# Don't Buy the ShengEn FII Cube from Lightake!!!



## itzvince (Nov 24, 2010)

It says its a 2nd gen type f cube on the site, but it's really fake and its like playing with poo. literally. don't get it


----------



## ~Phoenix Death~ (Nov 24, 2010)

Tighten it...?
Show uss the pieces.


----------



## TheMachanga (Nov 24, 2010)

They must have sent you a wrong one...

Hundreds of people have bought F-II's from there, including me. One shipping error won't change our minds.


----------



## LewisJ (Nov 24, 2010)

Obviously you dont get the $4 DIY, everyone knows it isn't an FII...


----------



## Cool Frog (Nov 24, 2010)

looks like my GH-II
Edit:How do you know what poo plays like?


----------



## Lorken (Nov 24, 2010)

lol.
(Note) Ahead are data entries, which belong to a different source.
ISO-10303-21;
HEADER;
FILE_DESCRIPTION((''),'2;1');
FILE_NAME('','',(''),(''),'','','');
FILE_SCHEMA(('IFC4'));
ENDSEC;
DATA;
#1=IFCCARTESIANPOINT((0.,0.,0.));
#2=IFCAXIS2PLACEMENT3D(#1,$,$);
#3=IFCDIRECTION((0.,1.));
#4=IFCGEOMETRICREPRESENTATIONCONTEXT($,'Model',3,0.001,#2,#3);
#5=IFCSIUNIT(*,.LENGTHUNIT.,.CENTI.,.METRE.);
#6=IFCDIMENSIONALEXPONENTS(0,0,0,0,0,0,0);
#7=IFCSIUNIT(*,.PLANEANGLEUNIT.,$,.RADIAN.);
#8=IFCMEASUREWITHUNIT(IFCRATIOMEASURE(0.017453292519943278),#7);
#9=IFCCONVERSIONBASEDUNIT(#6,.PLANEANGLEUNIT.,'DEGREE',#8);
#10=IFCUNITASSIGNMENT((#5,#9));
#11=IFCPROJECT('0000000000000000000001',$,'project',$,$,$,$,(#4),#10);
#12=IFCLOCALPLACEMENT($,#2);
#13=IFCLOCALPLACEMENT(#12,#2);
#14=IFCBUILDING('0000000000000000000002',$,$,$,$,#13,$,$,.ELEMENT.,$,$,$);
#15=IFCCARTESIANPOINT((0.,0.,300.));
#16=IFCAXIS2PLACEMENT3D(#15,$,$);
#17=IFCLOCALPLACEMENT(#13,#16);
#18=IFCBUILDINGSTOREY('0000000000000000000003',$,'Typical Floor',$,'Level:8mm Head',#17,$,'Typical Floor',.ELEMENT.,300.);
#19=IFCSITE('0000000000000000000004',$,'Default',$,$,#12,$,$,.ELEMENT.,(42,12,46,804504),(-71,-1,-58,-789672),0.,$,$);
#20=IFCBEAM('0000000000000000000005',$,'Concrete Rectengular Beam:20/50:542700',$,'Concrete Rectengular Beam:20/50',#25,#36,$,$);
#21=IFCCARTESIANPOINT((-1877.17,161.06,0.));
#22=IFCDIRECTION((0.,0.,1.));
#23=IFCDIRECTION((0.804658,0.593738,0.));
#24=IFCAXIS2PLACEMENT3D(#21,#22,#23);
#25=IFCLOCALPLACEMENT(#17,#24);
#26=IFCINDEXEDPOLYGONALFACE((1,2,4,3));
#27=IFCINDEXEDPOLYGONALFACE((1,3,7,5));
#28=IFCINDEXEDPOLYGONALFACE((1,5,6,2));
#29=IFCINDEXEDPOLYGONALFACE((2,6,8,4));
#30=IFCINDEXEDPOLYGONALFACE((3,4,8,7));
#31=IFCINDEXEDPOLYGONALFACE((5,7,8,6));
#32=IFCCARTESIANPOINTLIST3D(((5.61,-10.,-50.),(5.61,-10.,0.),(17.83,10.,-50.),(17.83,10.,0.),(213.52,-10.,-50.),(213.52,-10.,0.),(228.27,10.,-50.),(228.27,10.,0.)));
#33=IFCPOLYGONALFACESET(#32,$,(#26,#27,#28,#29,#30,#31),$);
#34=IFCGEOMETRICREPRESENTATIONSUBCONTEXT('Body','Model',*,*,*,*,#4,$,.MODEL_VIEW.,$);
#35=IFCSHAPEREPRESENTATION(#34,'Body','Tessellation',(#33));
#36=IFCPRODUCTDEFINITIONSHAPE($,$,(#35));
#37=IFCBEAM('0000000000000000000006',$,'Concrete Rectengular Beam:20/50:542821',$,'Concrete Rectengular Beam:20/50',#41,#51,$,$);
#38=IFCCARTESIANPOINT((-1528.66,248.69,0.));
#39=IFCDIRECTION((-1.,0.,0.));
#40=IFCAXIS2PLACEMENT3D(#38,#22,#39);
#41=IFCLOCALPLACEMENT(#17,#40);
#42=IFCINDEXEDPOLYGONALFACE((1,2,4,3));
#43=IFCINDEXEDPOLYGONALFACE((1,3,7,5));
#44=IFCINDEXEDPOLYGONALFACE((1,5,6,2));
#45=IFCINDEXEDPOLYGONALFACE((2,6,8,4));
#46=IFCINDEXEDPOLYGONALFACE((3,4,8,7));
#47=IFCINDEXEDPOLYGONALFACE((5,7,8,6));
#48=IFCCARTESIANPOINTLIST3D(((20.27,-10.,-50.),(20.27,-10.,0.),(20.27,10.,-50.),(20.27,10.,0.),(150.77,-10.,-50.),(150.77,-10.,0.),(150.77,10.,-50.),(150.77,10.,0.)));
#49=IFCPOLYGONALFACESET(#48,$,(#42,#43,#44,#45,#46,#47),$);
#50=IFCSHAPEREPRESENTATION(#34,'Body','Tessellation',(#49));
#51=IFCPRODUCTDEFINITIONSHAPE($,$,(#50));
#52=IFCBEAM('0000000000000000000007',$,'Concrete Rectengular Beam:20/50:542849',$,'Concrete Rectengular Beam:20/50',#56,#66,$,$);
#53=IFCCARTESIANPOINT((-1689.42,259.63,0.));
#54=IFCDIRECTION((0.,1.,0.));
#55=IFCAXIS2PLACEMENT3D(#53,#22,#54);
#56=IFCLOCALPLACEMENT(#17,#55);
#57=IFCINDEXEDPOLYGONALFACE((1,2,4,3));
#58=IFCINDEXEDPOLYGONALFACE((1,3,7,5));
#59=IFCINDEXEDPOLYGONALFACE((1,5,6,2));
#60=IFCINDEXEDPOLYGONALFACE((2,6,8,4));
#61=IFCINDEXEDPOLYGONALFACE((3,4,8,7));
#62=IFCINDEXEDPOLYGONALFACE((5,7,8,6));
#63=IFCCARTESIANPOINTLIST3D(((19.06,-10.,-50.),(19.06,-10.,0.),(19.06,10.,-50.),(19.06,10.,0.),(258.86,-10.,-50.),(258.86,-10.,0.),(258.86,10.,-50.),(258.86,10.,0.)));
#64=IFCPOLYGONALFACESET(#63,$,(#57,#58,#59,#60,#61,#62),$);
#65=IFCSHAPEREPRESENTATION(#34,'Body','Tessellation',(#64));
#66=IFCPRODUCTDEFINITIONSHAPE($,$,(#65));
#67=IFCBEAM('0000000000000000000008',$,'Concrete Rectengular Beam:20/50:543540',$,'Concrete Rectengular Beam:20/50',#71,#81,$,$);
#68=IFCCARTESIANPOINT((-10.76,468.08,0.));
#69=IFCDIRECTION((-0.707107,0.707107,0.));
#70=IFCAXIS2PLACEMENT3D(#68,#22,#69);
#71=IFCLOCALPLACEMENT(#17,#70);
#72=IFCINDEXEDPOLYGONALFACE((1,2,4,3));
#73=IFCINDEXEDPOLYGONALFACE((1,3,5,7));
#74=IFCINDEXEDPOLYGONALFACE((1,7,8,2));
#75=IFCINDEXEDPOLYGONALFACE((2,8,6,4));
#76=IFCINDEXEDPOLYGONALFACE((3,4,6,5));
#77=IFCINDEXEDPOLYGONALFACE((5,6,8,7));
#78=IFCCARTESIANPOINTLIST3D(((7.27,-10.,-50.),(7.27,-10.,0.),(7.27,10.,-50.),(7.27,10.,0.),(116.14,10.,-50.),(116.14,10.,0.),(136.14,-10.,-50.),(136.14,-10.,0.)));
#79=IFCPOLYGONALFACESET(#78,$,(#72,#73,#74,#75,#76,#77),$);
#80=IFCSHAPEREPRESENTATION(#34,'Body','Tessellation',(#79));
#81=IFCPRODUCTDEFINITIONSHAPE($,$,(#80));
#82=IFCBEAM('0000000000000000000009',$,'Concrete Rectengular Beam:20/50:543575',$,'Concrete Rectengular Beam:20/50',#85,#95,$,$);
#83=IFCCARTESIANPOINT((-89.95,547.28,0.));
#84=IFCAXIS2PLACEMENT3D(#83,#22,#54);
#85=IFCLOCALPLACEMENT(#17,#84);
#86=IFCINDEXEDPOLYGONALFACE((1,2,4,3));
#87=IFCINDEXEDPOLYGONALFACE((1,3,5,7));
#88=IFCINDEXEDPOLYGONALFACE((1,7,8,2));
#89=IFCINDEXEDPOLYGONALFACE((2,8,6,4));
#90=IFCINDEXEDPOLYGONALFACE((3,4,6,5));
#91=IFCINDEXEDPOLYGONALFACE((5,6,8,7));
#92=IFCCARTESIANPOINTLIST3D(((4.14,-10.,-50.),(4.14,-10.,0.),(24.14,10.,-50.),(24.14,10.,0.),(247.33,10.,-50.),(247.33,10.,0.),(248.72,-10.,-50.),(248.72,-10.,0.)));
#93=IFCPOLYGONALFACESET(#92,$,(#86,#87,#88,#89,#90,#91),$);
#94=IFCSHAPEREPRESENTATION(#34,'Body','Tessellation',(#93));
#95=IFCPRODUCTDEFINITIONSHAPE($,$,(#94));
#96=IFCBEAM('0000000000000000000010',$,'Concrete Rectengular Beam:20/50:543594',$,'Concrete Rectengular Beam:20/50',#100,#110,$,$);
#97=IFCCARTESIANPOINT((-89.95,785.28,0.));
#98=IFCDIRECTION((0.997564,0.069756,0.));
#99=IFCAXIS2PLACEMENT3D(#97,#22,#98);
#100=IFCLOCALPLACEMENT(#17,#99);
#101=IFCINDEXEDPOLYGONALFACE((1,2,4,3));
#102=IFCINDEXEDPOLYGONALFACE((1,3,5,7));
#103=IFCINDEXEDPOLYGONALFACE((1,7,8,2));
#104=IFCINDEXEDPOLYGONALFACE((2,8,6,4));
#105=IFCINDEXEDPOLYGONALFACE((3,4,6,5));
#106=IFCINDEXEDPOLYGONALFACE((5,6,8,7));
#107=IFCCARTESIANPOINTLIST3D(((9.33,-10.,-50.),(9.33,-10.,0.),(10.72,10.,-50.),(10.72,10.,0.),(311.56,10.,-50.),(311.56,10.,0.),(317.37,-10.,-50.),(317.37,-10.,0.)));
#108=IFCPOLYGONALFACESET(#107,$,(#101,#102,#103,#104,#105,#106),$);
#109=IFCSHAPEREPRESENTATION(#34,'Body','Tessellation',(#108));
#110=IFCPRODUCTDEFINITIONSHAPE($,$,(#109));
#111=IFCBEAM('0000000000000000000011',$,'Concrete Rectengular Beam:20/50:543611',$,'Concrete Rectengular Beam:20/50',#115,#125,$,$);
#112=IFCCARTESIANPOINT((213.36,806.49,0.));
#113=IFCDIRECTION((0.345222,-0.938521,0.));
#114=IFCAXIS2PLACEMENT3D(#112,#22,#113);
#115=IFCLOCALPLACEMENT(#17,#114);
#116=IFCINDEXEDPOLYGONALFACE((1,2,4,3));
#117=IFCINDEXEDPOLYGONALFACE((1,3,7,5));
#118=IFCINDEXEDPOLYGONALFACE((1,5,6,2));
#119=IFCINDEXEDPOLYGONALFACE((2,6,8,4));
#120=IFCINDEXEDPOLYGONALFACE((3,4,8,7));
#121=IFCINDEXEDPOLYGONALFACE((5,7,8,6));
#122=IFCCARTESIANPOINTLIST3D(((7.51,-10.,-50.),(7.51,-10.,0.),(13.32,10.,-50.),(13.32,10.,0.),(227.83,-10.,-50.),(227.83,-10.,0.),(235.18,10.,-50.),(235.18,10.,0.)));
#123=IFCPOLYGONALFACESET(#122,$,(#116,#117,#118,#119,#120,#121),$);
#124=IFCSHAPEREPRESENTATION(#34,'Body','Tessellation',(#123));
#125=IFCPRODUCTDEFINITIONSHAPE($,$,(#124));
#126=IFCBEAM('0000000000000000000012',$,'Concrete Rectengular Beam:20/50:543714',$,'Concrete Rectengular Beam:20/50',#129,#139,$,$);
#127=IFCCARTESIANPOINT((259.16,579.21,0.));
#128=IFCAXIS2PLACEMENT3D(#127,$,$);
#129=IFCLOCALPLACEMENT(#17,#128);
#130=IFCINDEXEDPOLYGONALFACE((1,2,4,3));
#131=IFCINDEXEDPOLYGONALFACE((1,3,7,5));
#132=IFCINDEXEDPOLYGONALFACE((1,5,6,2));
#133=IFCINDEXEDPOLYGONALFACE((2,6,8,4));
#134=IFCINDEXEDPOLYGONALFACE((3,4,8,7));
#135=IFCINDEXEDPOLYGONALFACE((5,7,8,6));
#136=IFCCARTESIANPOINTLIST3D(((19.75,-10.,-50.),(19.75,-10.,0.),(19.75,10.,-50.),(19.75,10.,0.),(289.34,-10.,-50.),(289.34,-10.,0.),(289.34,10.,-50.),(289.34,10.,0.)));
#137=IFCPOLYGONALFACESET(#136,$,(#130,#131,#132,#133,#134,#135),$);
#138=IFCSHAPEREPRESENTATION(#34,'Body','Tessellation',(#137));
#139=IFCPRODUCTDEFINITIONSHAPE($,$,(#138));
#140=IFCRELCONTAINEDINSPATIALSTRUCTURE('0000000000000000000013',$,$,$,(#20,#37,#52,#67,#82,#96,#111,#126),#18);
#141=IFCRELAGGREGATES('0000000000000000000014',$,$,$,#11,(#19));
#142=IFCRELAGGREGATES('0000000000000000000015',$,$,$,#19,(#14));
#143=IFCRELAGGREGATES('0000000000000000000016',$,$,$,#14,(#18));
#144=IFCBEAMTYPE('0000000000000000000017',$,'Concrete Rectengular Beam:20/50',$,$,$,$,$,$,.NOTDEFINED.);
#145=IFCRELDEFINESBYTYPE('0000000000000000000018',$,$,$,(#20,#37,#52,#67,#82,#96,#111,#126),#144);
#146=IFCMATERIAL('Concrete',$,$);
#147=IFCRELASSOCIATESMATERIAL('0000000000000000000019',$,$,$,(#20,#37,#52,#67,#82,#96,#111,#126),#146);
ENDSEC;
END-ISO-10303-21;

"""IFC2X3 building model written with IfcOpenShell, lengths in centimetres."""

from ifc_helpers import new_model, entity, si_unit, converted_unit, direction, frame, frame_2d, origin, place, context, subcontext, project, spatial, rectangle, extrude, clip, halfspace, material, type_object, element, save


model = new_model("IFC2X3")

# Units and contexts
model_context = context("Model", 3, precision=0.001, world=origin(), true_north=direction((0.0, 1.0)))
body_context = subcontext(model_context, "Body", "Model", "MODEL_VIEW")
ifc_project = project(units=[si_unit("LENGTHUNIT", "METRE", prefix="CENTI"), converted_unit("PLANEANGLEUNIT", "DEGREE", entity("IfcRatioMeasure", 0.017453292519943278), si_unit("PLANEANGLEUNIT", "RADIAN"), dimensions=[0, 0, 0, 0, 0, 0, 0])], contexts=[model_context])

# Site, building, storey
site_placement = place(None, origin())
site = spatial("IfcSite", under=ifc_project, at=site_placement, Name="Default", CompositionType="ELEMENT", RefLatitude=(42, 12, 46, 804504), RefLongitude=(-71, -1, -58, -789672), RefElevation=0.0)
building_placement = place(site_placement, origin())
building = spatial("IfcBuilding", under=site, at=building_placement, CompositionType="ELEMENT")
storey_placement = place(building_placement, frame((0.0, 0.0, 300.0)))
storey = spatial("IfcBuildingStorey", under=building, at=storey_placement, Name="Typical Floor", ObjectType="Level:8mm Head", LongName="Typical Floor", CompositionType="ELEMENT", Elevation=300.0)

# Beams
ifc_material = material(Name="Concrete")
beam_type_1 = type_object("IfcBeamType", Name="Concrete Rectengular Beam:20/50", PredefinedType="NOTDEFINED")
beam_1_placement = place(storey_placement, frame((-1877.17, 161.06, 0.0), z_axis=(0.0, 0.0, 1.0), x_axis=(0.804658, 0.593738, 0.0)))
element("IfcBeam", 1, at=beam_1_placement, inside=storey, type_object=beam_type_1, material=ifc_material, Name="Concrete Rectengular Beam:20/50:542700", ObjectType="Concrete Rectengular Beam:20/50", context=body_context, shape_type="SweptSolid", body=[
    clip(clip(extrude(rectangle(XDim=50.0, YDim=20.0, at=frame_2d((0.0, 0.0), x_axis=(1.0, 0.0))), frame((5.61, 0.0, -25.0), z_axis=(1.0, 0.0, 0.0), x_axis=(0.0, 0.0, -1.0)), (0.0, 0.0, 1.0), 222.66), halfspace(frame((3.42, -13.58, 0.0), z_axis=(-0.85332, 0.521387, 0.0), x_axis=(-0.521387, -0.85332, 0.0)), False)), halfspace(frame((354.49, 181.05, -50.0), z_axis=(0.804658, -0.593738, 0.0), x_axis=(-0.593738, -0.804658, 0.0)), False)),
])
beam_2_placement = place(storey_placement, frame((-1528.66, 248.69, 0.0), z_axis=(0.0, 0.0, 1.0), x_axis=(-1.0, 0.0, 0.0)))
element("IfcBeam", 2, at=beam_2_placement, inside=storey, type_object=beam_type_1, material=ifc_material, Name="Concrete Rectengular Beam:20/50:542821", ObjectType="Concrete Rectengular Beam:20/50", context=body_context, shape_type="SweptSolid", body=[
    extrude(rectangle(XDim=50.0, YDim=20.0, at=frame_2d((0.0, 0.0), x_axis=(1.0, 0.0))), frame((20.27, 0.0, -25.0), z_axis=(1.0, 0.0, 0.0), x_axis=(0.0, 0.0, -1.0)), (0.0, 0.0, 1.0), 130.5),
])
beam_3_placement = place(storey_placement, frame((-1689.42, 259.63, 0.0), z_axis=(0.0, 0.0, 1.0), x_axis=(0.0, 1.0, 0.0)))
element("IfcBeam", 3, at=beam_3_placement, inside=storey, type_object=beam_type_1, material=ifc_material, Name="Concrete Rectengular Beam:20/50:542849", ObjectType="Concrete Rectengular Beam:20/50", context=body_context, shape_type="SweptSolid", body=[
Noob member telling everyone who has purchased FII from Lighttake that they are wrong.


----------



## AquaJoe (Nov 24, 2010)

As Lewis said that is the $4 DIY that is not a FII. The reason it is so loose is because it doesnt have springs in it. Write to lightake, I'm sure they will send you some.


----------



## itzvince (Nov 24, 2010)

im telling people not to buy the one that's a DIY. Obviously the others are fine


----------



## poorshooter (Nov 24, 2010)

hmm, just so i dont make the same mistake, could anyone give me the link to lightake's FII?
I always feel quite overwhelmed by these online stores


----------



## David0794 (Nov 24, 2010)

I bought this FII and it's one of the best cubes in my opinion. 
I think you have this one

But yeah, why don't you just tighten it?


----------



## endless_akatsuki (Nov 24, 2010)

Poo plays quite nicely, actually. Just as long as it's not some $4 piece of fake crap.


----------



## iasimp1997 (Nov 24, 2010)

TheMachanga said:


> Hundreds of people have bought F-II's from there, including me. One shipping error won't change our minds.


 
Thish.


----------